* _What is needed_
Lines containing the word "IFCRELVOIDSELEMENT" are the ones to copy from the records below.

* _Material to process_
»»

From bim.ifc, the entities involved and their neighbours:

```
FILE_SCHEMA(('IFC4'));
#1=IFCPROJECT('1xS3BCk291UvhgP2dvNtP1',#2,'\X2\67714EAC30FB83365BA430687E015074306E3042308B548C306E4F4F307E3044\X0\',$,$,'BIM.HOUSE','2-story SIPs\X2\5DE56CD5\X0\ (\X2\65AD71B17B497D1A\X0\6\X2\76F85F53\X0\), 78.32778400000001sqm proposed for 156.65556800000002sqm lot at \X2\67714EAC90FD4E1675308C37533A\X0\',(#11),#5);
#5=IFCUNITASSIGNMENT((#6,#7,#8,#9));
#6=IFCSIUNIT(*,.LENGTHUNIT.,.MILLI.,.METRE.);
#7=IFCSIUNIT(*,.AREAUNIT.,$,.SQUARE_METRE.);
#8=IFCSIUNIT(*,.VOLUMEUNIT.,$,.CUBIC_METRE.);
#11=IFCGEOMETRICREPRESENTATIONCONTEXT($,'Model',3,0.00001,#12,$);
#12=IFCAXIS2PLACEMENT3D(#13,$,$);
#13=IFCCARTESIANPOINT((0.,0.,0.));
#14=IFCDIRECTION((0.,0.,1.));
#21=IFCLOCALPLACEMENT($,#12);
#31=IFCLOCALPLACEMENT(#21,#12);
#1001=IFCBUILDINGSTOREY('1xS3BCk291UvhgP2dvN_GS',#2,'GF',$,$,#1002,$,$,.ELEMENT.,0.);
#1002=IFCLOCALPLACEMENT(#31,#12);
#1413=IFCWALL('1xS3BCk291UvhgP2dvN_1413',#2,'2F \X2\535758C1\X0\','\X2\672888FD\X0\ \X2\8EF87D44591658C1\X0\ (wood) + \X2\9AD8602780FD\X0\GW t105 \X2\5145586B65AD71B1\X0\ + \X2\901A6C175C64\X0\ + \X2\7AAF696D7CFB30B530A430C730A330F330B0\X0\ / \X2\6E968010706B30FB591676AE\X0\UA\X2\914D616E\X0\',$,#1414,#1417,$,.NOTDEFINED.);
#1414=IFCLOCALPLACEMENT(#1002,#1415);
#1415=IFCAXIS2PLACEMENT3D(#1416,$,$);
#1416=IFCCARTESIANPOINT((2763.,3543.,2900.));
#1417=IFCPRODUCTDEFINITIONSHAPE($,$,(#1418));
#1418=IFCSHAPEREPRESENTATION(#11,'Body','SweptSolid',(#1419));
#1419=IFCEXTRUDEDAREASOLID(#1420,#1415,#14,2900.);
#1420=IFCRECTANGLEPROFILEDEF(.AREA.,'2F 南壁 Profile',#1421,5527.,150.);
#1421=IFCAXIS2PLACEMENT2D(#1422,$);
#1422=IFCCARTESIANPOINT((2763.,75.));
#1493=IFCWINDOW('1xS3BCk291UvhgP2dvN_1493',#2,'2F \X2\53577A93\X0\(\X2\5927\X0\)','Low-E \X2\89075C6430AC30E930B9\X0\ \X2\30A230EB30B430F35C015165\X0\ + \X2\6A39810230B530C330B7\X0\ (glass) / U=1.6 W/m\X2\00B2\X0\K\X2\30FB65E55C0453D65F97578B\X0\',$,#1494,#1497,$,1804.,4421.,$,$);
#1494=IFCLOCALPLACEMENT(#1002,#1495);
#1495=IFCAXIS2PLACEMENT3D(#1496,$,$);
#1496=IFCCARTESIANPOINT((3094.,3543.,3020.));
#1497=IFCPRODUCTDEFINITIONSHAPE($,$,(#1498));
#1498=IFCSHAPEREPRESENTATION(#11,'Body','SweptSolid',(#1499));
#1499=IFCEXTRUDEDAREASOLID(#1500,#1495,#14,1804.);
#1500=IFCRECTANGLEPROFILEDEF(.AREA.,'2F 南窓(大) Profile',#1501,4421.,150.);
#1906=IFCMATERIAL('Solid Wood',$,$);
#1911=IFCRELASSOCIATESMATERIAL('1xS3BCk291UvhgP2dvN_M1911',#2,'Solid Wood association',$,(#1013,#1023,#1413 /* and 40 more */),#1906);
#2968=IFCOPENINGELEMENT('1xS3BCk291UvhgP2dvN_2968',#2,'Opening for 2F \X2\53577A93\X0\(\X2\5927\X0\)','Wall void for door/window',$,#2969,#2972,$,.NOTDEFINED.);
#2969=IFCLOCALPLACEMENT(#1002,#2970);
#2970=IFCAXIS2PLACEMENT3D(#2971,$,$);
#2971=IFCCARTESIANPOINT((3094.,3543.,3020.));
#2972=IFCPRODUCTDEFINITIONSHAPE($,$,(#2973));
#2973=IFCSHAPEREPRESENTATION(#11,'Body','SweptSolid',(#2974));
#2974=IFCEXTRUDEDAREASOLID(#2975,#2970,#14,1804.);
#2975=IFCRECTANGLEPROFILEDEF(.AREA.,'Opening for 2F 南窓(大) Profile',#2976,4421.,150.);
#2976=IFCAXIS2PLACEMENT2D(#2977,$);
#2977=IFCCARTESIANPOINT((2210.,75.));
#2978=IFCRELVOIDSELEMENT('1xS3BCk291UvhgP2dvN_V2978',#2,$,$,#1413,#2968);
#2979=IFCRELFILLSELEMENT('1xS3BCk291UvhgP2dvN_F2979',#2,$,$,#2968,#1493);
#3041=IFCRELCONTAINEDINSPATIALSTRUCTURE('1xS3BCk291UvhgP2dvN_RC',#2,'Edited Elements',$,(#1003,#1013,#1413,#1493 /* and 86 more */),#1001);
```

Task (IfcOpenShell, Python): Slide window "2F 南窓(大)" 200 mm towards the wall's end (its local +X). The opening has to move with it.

```python
import ifcopenshell
import ifcopenshell.api.geometry
import ifcopenshell.util.placement

model = ifcopenshell.open("bim.ifc")

window = model.by_guid("1xS3BCk291UvhgP2dvN_1493")
opening = window.FillsVoids[0].RelatingOpeningElement
wall = opening.VoidsElements[0].RelatingBuildingElement

wall_matrix = ifcopenshell.util.placement.get_local_placement(wall.ObjectPlacement)
shift = wall_matrix[:3, 0] * 200.0
before = ifcopenshell.util.placement.get_local_placement(window.ObjectPlacement)[:3, 3].copy()

# The window is not placed relative to its opening, so move both.
for product in (opening, window):
    matrix = ifcopenshell.util.placement.get_local_placement(product.ObjectPlacement)
    matrix[:3, 3] += shift
    ifcopenshell.api.geometry.edit_object_placement(model, product=product, matrix=matrix, is_si=False)

after = ifcopenshell.util.placement.get_local_placement(window.ObjectPlacement)[:3, 3]
print("window moved by", (after - before).round(3) + 0.0)

model.write("bim_edited.ifc")
```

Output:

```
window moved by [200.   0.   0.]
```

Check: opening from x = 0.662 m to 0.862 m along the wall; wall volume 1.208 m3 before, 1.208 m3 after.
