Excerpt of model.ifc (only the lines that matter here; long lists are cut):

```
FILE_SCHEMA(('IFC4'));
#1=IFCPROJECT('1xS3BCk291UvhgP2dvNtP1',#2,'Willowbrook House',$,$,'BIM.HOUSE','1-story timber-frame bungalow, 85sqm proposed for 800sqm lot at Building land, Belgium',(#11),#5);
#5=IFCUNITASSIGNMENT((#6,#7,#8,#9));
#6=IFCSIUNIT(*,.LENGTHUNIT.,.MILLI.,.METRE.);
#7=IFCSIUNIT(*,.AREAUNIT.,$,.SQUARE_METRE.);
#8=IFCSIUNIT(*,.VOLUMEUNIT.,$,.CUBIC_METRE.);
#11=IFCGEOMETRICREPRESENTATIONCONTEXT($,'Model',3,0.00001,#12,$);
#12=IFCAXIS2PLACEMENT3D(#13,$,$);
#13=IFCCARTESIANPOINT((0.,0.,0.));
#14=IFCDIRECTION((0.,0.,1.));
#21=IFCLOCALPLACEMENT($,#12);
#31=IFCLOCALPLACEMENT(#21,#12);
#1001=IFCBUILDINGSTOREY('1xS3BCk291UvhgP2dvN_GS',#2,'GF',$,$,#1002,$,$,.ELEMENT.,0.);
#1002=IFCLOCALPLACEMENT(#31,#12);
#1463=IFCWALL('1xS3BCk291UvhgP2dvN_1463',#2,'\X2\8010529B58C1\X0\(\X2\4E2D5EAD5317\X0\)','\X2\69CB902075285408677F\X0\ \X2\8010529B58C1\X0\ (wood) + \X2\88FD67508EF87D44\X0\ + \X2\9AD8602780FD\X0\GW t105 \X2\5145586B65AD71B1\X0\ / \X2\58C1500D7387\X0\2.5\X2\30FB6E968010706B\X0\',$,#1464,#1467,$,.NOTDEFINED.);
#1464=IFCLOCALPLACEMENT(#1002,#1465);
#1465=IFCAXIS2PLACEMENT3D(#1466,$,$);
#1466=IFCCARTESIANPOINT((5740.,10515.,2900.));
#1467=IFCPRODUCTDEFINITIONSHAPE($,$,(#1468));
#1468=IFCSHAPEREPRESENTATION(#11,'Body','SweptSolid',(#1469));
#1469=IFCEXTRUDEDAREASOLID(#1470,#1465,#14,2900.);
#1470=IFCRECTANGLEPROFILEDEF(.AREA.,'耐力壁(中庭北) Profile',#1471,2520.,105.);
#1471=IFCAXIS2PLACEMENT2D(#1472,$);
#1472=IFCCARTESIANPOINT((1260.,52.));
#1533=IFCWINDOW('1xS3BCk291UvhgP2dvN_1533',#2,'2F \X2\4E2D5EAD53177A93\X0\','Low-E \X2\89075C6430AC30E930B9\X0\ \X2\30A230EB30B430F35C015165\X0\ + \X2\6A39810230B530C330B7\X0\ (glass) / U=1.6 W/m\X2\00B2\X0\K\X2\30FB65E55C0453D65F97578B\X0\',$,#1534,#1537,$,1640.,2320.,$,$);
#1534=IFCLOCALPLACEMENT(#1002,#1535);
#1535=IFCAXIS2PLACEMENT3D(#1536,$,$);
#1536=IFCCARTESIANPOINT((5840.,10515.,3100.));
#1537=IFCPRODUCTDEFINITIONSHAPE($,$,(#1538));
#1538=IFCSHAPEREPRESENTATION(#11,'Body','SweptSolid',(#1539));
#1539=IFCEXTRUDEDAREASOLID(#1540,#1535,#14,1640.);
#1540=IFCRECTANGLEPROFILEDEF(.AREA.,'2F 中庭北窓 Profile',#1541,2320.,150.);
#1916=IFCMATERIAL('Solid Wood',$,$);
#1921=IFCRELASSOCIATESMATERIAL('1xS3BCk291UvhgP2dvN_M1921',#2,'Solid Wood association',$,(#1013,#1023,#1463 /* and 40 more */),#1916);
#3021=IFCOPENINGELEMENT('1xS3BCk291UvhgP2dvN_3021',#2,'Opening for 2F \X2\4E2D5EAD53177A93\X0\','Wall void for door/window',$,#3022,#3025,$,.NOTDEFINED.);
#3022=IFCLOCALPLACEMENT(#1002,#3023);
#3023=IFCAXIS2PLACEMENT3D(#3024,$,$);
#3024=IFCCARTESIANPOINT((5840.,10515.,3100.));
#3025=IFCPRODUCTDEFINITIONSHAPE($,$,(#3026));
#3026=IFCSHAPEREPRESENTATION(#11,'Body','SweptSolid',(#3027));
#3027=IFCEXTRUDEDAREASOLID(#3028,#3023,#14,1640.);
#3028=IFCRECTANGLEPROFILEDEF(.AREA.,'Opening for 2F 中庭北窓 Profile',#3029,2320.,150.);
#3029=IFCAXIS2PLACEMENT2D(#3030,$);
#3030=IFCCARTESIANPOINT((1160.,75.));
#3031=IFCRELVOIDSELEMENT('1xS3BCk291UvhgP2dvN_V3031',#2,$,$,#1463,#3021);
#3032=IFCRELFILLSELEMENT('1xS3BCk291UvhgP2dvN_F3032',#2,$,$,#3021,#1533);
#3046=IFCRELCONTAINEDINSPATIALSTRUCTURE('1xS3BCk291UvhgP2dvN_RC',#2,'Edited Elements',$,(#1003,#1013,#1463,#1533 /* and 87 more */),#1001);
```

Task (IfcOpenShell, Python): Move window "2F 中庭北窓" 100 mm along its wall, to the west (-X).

```python
import ifcopenshell
import ifcopenshell.api.geometry
import ifcopenshell.util.placement
import ifcopenshell.util.unit

model = ifcopenshell.open("model.ifc")
unit_scale = ifcopenshell.util.unit.calculate_unit_scale(model)

window = model.by_guid("1xS3BCk291UvhgP2dvN_1533")
opening = window.FillsVoids[0].RelatingOpeningElement
wall = opening.VoidsElements[0].RelatingBuildingElement

wall_matrix = ifcopenshell.util.placement.get_local_placement(wall.ObjectPlacement)
shift = wall_matrix[:3, 0] * -0.1 / unit_scale
before = ifcopenshell.util.placement.get_local_placement(window.ObjectPlacement)[:3, 3].copy()

# The window is not placed relative to its opening, so move both.
for product in (opening, window):
    matrix = ifcopenshell.util.placement.get_local_placement(product.ObjectPlacement)
    matrix[:3, 3] += shift
    ifcopenshell.api.geometry.edit_object_placement(model, product=product, matrix=matrix, is_si=False)

after = ifcopenshell.util.placement.get_local_placement(window.ObjectPlacement)[:3, 3]
print("window moved by", (after - before).round(3) + 0.0)

model.write("model_v2.ifc")
```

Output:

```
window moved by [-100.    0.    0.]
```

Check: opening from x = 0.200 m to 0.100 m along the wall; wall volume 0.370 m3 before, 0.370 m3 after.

««

* _Answer for this exercise_
#2978=IFCRELVOIDSELEMENT('1xS3BCk291UvhgP2dvN_V2978',#2,$,$,#1413,#2968);
#3031=IFCRELVOIDSELEMENT('1xS3BCk291UvhgP2dvN_V3031',#2,$,$,#1463,#3021);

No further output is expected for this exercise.